The whole controversy on YF started years ago when the European Union was looking for a suitable alternative to R-134a. There were hundreds of tests conducted across Europe and the World to view the viability of 1234yf. In one of these tests the Daimler company out of Germany found that after the vehicle suffered an impact and the compressor cracked open the HFO YF refrigerant ignited when it was exposed to the hot engine. (For more on this check out our YF fact sheet. The video of the ignition is at the bottom.)
Needless to say, this test result shocked Daimler and they published their findings to the world. The other companies and countries stated that Daimler’s test could not be reproduced and that it was a non-issue. The world moved forward with the somewhat dangerous 1234yf. Daimler, being the innovators they are, decided to instead move forward with a completely different automotive refrigerant, R-744.
While 1234yf is by far one of the most popular HFC alternatives on the marketplace today there are others that have similar problems. One that comes to mind right away is R-32. R-32 is an HFC refrigerant that is beginning to see more popularity for it’s usage in home and commercial air conditioners. R-32 is an alternative to the standard R-410A that is found in most home units. The goal of R-32 was to reduce the GWP number when compared to R-410A. 410A has a GWP of two-thousand and eighty-eight while R-32 has a GWP of six-hundred and seventy-five. This is a significant reduction, but the GWP is still quite high when comparing to Hydrocarbons or HFOs. Another very important point is that R-32 is rated as an A2 refrigerant. There’s that 2 again. 2 means flammable except with this one we don’t even get the L for lightly flammable.
So again, I’m going to illustrate the similar scenario we mentioned above. Picture a homeowner, who doesn’t know what they are doing, trying to either retrofit his existing R-22 over to R-32 or perhaps he just wants to recharge his R-32 machine. Without the proper training and knowledge this can end in disaster.

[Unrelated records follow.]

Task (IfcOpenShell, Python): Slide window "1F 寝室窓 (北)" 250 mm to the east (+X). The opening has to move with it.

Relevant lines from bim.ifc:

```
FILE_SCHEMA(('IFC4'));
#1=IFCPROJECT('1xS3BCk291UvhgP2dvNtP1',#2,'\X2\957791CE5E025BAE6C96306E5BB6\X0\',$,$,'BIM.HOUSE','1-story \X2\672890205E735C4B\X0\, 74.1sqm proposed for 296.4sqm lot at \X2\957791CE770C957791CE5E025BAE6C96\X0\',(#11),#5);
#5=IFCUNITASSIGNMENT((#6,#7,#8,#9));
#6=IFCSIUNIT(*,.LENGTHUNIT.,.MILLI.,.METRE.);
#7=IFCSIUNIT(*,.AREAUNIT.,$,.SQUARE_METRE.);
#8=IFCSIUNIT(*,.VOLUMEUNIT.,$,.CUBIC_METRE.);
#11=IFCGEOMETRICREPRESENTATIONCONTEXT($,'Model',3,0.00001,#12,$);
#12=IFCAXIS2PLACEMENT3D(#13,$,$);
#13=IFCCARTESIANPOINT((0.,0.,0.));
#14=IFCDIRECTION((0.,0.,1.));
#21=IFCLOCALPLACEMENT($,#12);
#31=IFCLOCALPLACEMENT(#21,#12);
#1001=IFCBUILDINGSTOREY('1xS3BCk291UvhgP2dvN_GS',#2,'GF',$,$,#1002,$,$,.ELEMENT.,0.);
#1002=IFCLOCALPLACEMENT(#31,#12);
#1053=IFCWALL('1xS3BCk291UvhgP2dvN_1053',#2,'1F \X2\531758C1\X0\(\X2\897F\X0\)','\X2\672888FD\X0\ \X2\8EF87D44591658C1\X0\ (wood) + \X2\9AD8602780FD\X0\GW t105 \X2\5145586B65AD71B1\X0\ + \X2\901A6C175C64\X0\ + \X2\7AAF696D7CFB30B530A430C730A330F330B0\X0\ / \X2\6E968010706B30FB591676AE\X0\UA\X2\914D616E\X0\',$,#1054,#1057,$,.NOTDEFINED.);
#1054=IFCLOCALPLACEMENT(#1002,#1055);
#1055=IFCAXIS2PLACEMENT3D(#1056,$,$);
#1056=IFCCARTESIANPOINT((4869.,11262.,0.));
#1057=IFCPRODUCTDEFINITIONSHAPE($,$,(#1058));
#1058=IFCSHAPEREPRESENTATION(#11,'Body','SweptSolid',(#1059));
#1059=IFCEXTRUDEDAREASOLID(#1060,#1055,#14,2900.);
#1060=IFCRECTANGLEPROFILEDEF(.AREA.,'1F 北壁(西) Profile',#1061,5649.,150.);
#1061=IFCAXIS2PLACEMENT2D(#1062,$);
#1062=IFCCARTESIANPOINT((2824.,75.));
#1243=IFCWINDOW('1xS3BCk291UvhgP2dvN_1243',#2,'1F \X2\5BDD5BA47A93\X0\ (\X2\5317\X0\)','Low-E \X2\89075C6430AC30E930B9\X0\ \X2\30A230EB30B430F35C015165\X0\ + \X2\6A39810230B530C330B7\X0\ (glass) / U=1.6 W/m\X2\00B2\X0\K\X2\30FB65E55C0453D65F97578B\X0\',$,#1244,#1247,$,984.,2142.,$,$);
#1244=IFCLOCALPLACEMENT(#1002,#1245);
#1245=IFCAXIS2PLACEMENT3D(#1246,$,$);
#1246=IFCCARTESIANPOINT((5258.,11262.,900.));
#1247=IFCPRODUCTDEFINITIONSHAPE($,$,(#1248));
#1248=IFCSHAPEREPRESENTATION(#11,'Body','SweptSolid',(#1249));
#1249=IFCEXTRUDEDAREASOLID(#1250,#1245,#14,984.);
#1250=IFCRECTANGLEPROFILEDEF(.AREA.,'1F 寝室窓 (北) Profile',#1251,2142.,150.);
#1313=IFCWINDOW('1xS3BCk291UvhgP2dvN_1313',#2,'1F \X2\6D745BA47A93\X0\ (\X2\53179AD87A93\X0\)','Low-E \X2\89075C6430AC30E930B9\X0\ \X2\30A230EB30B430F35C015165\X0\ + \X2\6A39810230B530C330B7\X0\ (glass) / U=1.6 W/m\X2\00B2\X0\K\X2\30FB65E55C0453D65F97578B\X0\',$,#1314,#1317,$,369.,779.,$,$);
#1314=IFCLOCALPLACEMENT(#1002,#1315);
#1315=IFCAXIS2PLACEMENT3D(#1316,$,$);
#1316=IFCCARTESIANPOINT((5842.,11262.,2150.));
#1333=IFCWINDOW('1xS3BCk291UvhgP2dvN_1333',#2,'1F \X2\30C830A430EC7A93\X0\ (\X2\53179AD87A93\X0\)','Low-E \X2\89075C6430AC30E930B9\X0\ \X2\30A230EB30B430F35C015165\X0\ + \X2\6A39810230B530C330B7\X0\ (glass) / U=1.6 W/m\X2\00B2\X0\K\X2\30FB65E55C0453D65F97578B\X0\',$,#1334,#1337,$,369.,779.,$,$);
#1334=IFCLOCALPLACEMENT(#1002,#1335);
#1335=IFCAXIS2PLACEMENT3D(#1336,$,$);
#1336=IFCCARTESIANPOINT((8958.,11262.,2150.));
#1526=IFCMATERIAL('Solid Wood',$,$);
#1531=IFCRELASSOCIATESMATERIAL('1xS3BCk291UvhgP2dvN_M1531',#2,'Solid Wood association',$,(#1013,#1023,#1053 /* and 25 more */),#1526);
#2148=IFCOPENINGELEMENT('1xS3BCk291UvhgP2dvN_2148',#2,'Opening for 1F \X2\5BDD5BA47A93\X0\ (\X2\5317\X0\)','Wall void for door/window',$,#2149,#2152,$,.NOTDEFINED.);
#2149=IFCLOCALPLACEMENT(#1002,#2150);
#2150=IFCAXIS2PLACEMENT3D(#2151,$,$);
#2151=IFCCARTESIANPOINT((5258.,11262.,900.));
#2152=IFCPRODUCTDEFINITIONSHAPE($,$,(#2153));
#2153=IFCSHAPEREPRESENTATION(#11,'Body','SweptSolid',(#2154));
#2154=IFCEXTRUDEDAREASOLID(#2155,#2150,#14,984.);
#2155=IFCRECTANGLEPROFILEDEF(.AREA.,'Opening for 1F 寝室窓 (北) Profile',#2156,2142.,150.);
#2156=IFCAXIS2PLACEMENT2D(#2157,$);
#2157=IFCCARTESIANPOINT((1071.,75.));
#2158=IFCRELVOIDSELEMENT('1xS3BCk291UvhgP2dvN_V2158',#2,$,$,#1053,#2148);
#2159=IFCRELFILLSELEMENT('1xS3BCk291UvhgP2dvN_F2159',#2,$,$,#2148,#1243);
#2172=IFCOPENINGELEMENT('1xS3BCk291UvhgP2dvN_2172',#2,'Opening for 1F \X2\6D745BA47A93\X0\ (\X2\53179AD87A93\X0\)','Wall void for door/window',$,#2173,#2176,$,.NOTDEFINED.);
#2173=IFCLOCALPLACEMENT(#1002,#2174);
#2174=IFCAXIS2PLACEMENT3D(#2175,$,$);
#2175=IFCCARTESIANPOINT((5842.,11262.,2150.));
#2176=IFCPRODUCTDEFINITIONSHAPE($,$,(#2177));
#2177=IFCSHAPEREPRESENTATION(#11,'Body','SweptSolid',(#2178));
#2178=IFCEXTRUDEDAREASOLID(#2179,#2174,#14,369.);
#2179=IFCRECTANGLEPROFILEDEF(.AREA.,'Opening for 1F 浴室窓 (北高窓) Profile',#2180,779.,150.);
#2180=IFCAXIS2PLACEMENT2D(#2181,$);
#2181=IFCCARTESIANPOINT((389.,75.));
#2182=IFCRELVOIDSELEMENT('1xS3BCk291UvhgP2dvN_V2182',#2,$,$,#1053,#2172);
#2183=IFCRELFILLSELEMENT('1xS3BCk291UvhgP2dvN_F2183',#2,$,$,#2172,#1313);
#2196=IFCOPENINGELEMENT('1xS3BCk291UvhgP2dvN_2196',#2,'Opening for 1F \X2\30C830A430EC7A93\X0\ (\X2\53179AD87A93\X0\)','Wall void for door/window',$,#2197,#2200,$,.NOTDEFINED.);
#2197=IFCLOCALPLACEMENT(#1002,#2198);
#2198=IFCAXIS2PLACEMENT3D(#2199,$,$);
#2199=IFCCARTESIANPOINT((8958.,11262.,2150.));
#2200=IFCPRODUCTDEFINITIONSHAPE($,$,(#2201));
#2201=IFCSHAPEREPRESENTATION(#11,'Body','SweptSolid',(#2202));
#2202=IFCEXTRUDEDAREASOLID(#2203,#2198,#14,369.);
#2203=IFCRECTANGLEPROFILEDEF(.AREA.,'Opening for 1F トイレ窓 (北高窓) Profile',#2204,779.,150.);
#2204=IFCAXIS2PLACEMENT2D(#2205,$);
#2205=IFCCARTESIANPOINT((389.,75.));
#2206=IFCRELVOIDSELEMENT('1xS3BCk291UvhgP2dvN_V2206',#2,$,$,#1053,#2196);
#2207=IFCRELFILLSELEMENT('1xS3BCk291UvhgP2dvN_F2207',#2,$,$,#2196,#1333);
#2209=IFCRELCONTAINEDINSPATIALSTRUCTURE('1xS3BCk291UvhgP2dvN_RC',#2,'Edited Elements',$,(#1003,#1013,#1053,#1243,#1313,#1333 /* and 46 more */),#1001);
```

```python
import ifcopenshell
import ifcopenshell.api.geometry
import ifcopenshell.util.placement

model = ifcopenshell.open("bim.ifc")

window = model.by_guid("1xS3BCk291UvhgP2dvN_1243")
opening = window.FillsVoids[0].RelatingOpeningElement
wall = opening.VoidsElements[0].RelatingBuildingElement

wall_matrix = ifcopenshell.util.placement.get_local_placement(wall.ObjectPlacement)
shift = wall_matrix[:3, 0] * 250.0
before = ifcopenshell.util.placement.get_local_placement(window.ObjectPlacement)[:3, 3].copy()

# The window is not placed relative to its opening, so move both.
for product in (opening, window):
    matrix = ifcopenshell.util.placement.get_local_placement(product.ObjectPlacement)
    matrix[:3, 3] += shift
    ifcopenshell.api.geometry.edit_object_placement(model, product=product, matrix=matrix, is_si=False)

after = ifcopenshell.util.placement.get_local_placement(window.ObjectPlacement)[:3, 3]
print("window moved by", (after - before).round(3) + 0.0)

model.write("bim_updated.ifc")
```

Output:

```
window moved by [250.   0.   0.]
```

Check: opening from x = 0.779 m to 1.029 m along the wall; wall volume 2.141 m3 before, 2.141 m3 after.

So, now here we are sacrificing technician and public safety for the betterment of the Climate and environment. I understand that Global Warming is a crisis and that it needs to be dealt with, but is it really worth increasing possible risk and danger of everyday workers and people? It appears that in everyone’s haste to move away from HFC refrigerants and to save the environment the thought of safety has taken a backseat.
I mean, if we wanted to get really aggressive in the fight against climate change why not start using Ammonia in nearly every application? After all, it has a GWP of zero and is extremely energy efficient. (I’m being sarcastic here, if you couldn’t tell!)